I had not intended the thread to be about semantic redundancy. Rather it was about whether any language can be so reduced that you cannot say about it that it has any "fancy" features.

My first post in this thread was a response to another poster who had said: “When I started to study a little Arabic I was completely stunned, at first, when I realized that that language lacked the verbs to be and to have. But after a while I realized that these 2 verbs can be, actually, completely useless.” The point is that for English speakers these two verbs are not "completely useless." I suppose I am just trying to draw attention to the fact that the whole thing is a bit subjective. When we study another language we have to consider it in its own terms and not think of it as being deficient if it does not do something our mother tongue does. Equally, we ought not to start getting the idea that our mother tongue is lacking in some way because it does not do something another language we know does. All languages are complete systems.


----------



## Alxmrphi

Hulalessar said:


> Equally, we ought not to start getting the idea that our mother tongue is lacking in some way because it does not do something another language we know does. All languages are complete systems.

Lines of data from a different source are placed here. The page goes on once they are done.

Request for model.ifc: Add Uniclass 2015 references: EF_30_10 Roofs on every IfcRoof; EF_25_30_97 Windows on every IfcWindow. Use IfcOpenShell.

First a look at what the model holds.

```python
import ifcopenshell

model = ifcopenshell.open("model.ifc")
print(model.schema)
print("classifications:", [c.Name for c in model.by_type("IfcClassification")])
for ifc_class in ("IfcDoor", "IfcRoof", "IfcStair", "IfcWall", "IfcWindow"):
    print(ifc_class, len(model.by_type(ifc_class)))
```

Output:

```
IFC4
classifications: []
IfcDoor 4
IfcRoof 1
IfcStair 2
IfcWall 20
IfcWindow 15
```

```python
import ifcopenshell
import ifcopenshell.api.classification

model = ifcopenshell.open("model.ifc")

system = ifcopenshell.api.classification.add_classification(model, classification="Uniclass 2015")

codes = {
    "IfcRoof": ("EF_30_10", "Roofs"),
    "IfcWindow": ("EF_25_30_97", "Windows"),
}
for ifc_class, (code, name) in codes.items():
    products = model.by_type(ifc_class)
    ifcopenshell.api.classification.add_reference(
        model, products=products, classification=system, identification=code, name=name
    )
    print(code, len(products))

model.write("model_rev.ifc")
```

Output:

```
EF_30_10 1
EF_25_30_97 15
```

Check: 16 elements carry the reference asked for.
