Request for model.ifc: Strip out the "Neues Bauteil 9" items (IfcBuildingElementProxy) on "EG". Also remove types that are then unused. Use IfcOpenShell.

First a look at what the model holds.

```python
import ifcopenshell
import ifcopenshell.util.element

model = ifcopenshell.open("model.ifc")
print(model.schema)
storey = next(s for s in model.by_type("IfcBuildingStorey") if s.Name == "EG")
proxies = [e for e in ifcopenshell.util.element.get_decomposition(storey) if e.is_a("IfcBuildingElementProxy")]
seen = {}
for e in proxies:
    element_type = ifcopenshell.util.element.get_type(e)
    name = element_type.Name if element_type not in (None, e) else None
    seen[name] = seen.get(name, 0) + 1
for name, count in sorted(seen.items(), key=str):
    print(count, "x", name)
```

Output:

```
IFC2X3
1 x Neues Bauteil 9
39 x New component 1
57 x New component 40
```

```python
import ifcopenshell
import ifcopenshell.api.root
import ifcopenshell.util.element

model = ifcopenshell.open("model.ifc")

storey = next(s for s in model.by_type("IfcBuildingStorey") if s.Name == "EG")
proxies = [e for e in ifcopenshell.util.element.get_decomposition(storey) if e.is_a("IfcBuildingElementProxy")]
targets = [e for e in proxies if (t := ifcopenshell.util.element.get_type(e)) not in (None, e) and t.Name == "Neues Bauteil 9"]
types = {ifcopenshell.util.element.get_type(e) for e in targets} - {None, *targets}

for e in targets:
    ifcopenshell.api.root.remove_product(model, product=e)
print(len(targets), "removed")

unused = [t for t in types if not ifcopenshell.util.element.get_types(t)]
for t in unused:
    ifcopenshell.api.root.remove_product(model, product=t)
print(len(unused), "unused types removed")

model.write("model_v2.ifc")
```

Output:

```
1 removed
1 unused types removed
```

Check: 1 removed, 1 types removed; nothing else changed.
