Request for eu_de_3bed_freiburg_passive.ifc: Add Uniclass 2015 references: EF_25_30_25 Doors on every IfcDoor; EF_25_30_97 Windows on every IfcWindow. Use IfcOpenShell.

First a look at what the model holds.

```python
import ifcopenshell

model = ifcopenshell.open("eu_de_3bed_freiburg_passive.ifc")
print(model.schema)
print("classifications:", [c.Name for c in model.by_type("IfcClassification")])
for ifc_class in ("IfcDoor", "IfcRoof", "IfcStair", "IfcWall", "IfcWindow"):
    print(ifc_class, len(model.by_type(ifc_class)))
```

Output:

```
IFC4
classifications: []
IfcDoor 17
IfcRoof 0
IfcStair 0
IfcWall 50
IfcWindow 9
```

```python
import ifcopenshell
import ifcopenshell.api.classification

model = ifcopenshell.open("eu_de_3bed_freiburg_passive.ifc")

system = ifcopenshell.api.classification.add_classification(model, classification="Uniclass 2015")

codes = {
    "IfcDoor": ("EF_25_30_25", "Doors"),
    "IfcWindow": ("EF_25_30_97", "Windows"),
}
for ifc_class, (code, name) in codes.items():
    products = model.by_type(ifc_class)
    ifcopenshell.api.classification.add_reference(
        model, products=products, classification=system, identification=code, name=name
    )
    print(code, len(products))

model.write("eu_de_3bed_freiburg_passive_rev.ifc")
```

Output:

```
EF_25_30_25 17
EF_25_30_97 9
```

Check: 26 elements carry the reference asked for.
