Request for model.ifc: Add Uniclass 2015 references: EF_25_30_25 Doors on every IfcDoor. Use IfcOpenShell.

First a look at what the model holds.

```python
import ifcopenshell

model = ifcopenshell.open("model.ifc")
print(model.schema)
print("classifications:", [c.Name for c in model.by_type("IfcClassification")])
for ifc_class in ("IfcDoor", "IfcRoof", "IfcStair", "IfcWall", "IfcWindow"):
    print(ifc_class, len(model.by_type(ifc_class)))
```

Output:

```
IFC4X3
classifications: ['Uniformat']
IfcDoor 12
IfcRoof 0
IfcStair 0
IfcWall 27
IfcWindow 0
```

```python
import ifcopenshell
import ifcopenshell.api.classification

model = ifcopenshell.open("model.ifc")

system = ifcopenshell.api.classification.add_classification(model, classification="Uniclass 2015")

codes = {
    "IfcDoor": ("EF_25_30_25", "Doors"),
}
for ifc_class, (code, name) in codes.items():
    products = model.by_type(ifc_class)
    ifcopenshell.api.classification.add_reference(
        model, products=products, classification=system, identification=code, name=name
    )
    print(code, len(products))

model.write("model-out.ifc")
```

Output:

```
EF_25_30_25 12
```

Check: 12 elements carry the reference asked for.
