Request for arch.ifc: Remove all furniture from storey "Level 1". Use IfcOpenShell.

First a look at what the model holds.

```python
import ifcopenshell
import ifcopenshell.util.element

model = ifcopenshell.open("arch.ifc")
print(model.schema)
storey = next(s for s in model.by_type("IfcBuildingStorey") if s.Name == "Level 1")
furniture = [e for e in ifcopenshell.util.element.get_decomposition(storey) if e.is_a("IfcFurnishingElement")]
seen = {}
for e in furniture:
    element_type = ifcopenshell.util.element.get_type(e)
    name = element_type.Name if element_type not in (None, e) else None
    seen[name] = seen.get(name, 0) + 1
for name, count in sorted(seen.items(), key=str):
    print(count, "x", name)
```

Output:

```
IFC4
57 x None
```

```python
import ifcopenshell
import ifcopenshell.api.root
import ifcopenshell.util.element

model = ifcopenshell.open("arch.ifc")

storey = next(s for s in model.by_type("IfcBuildingStorey") if s.Name == "Level 1")
furniture = [e for e in ifcopenshell.util.element.get_decomposition(storey) if e.is_a("IfcFurnishingElement")]

for e in furniture:
    ifcopenshell.api.root.remove_product(model, product=e)
print(len(furniture), "removed")

model.write("arch_edited.ifc")
```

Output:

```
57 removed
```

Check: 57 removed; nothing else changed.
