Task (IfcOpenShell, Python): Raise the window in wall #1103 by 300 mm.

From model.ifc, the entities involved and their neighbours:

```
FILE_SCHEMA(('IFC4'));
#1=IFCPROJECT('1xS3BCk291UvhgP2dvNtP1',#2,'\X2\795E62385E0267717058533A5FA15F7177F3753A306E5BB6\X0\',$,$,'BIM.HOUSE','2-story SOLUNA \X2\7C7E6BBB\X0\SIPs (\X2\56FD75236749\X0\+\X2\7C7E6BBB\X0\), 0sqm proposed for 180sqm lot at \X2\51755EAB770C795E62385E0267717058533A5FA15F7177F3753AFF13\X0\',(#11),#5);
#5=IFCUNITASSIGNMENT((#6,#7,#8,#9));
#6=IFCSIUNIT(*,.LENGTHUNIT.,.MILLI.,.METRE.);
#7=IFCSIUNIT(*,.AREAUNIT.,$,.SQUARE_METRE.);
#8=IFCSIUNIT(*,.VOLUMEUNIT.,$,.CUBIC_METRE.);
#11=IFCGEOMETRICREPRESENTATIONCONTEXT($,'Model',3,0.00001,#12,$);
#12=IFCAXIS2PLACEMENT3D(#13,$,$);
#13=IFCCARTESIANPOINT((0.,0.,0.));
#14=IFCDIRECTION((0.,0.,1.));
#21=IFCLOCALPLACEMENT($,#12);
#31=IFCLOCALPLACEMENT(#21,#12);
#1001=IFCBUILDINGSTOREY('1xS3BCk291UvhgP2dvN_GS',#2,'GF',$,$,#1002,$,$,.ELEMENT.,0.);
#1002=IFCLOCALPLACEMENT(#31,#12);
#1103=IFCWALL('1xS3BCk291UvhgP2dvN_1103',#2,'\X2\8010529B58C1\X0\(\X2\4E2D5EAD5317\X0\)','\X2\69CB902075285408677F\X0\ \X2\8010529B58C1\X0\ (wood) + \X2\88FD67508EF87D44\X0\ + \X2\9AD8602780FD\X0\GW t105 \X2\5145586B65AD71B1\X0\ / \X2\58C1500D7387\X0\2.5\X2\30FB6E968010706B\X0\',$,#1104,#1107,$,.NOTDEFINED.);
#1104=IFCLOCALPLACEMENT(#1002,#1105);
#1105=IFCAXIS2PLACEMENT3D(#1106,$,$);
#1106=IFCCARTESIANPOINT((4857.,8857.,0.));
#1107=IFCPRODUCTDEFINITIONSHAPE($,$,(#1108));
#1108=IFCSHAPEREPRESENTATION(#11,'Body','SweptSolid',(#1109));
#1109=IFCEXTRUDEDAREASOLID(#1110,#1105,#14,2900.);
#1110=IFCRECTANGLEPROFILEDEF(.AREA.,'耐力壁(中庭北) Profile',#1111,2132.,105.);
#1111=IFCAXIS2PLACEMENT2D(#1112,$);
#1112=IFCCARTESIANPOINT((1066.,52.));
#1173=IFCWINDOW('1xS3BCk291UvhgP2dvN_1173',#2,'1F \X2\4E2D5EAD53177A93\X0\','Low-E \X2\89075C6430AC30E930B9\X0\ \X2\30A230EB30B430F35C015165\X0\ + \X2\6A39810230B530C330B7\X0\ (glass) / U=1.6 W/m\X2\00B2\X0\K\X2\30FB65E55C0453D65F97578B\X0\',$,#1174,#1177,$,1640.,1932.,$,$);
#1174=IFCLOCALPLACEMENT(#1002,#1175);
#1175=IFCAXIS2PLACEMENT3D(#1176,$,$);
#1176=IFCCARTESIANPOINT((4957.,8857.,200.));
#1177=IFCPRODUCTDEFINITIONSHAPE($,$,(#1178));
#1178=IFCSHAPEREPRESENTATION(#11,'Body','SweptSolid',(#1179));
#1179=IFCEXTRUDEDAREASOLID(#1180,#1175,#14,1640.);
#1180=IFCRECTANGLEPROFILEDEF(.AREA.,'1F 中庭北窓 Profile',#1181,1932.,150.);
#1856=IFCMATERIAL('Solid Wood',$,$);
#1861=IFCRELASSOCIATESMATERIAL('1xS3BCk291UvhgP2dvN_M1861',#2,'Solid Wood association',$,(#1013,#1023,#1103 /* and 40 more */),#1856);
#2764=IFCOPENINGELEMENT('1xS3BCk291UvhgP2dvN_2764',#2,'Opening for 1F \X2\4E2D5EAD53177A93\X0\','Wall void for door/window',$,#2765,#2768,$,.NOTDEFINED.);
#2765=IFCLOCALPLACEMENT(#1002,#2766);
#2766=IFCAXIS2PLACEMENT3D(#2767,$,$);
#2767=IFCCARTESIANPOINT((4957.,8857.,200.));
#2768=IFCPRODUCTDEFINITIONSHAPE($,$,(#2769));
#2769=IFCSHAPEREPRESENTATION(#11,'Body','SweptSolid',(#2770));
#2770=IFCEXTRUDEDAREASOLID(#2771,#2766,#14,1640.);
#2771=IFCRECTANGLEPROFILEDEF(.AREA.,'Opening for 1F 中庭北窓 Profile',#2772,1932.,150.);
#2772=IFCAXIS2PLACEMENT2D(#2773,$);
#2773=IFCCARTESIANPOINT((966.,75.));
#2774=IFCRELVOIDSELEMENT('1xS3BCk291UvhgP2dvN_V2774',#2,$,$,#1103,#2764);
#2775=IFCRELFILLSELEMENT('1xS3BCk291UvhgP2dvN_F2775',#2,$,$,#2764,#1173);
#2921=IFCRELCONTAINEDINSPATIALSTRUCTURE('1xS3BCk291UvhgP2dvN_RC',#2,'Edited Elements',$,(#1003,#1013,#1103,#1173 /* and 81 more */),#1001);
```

```python
import numpy as np
import ifcopenshell
import ifcopenshell.api.geometry
import ifcopenshell.util.placement
import ifcopenshell.util.unit

model = ifcopenshell.open("model.ifc")
unit_scale = ifcopenshell.util.unit.calculate_unit_scale(model)

window = model.by_guid("1xS3BCk291UvhgP2dvN_1173")
opening = window.FillsVoids[0].RelatingOpeningElement
dz = 0.3 / unit_scale

shift = np.array([0.0, 0.0, dz])
# The window is not placed relative to its opening, so move both.
for product in (opening, window):
    matrix = ifcopenshell.util.placement.get_local_placement(product.ObjectPlacement)
    matrix[:3, 3] += shift
    ifcopenshell.api.geometry.edit_object_placement(model, product=product, matrix=matrix, is_si=False)

print(f"moved by {dz * unit_scale:+.3f} m")

model.write("model_updated.ifc")
```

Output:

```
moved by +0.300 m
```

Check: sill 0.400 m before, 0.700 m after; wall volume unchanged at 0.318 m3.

I seriously could not agree with you more on this point 

Some are just different, I remember someone mentioning Hungarian and they said something along the lines of "It'd take a whole paragraph of English to fully explain one single sentence in Hungarian, to explain and detail all the nuances that are implied". That made me think and wonder, and it made an impact because I still remember it today, but that doesn't mean English 'lacks' in this respect, even though I'd love to know Hungarian and be able to understand fully what this point means, but English is just a different system, there are probably many things I love about English that I wish Hungarian had (if I were to learn / speak it), different languages have different qualities, and even if someone can say a language doesn't have a particular function that is desireable, it will have many other aspects that are good, because (to re-iterate) they're different complete systems.


----------



## Hulalessar

No doubt the following is also true: "It'd take a whole paragraph of Hungarian to fully explain one single sentence in English, to explain and detail all the nuances that are implied".


----------



## Alxmrphi

> No doubt the following is also true: "It'd take a whole paragraph of Hungarian to fully explain one single sentence in English, to explain and detail all the nuances that are implied".


 
I’m not sure I get you, I know Hungarian is notoriously a difficult language to learn (based on its case structure and it was also surveyed to be the ones that people have the most problems with, out of all the British Council staff working in foreign embassies)

The idea is, the cases you put nouns into show / reflect certain relationships between what is being talked about, between speaker to speaker or speaker and object and there are many differently subtleties that a certain inflection can show that would require a good few words of English to underline the meaning.

That is the logic behind what I said, as I said, I’m not a speaker of Hungarian but I am wondering what makes you say that, because English is a simpler language than Hungarian in what can be expressed with less words, you can add (I believe) 16 endings on words, and to illustrate each difference would require more English words. I assumed English nuances (even in one sentence) are handled perfectly with a simple tag at the end of a word to indicate differences in the meaning / nuance. 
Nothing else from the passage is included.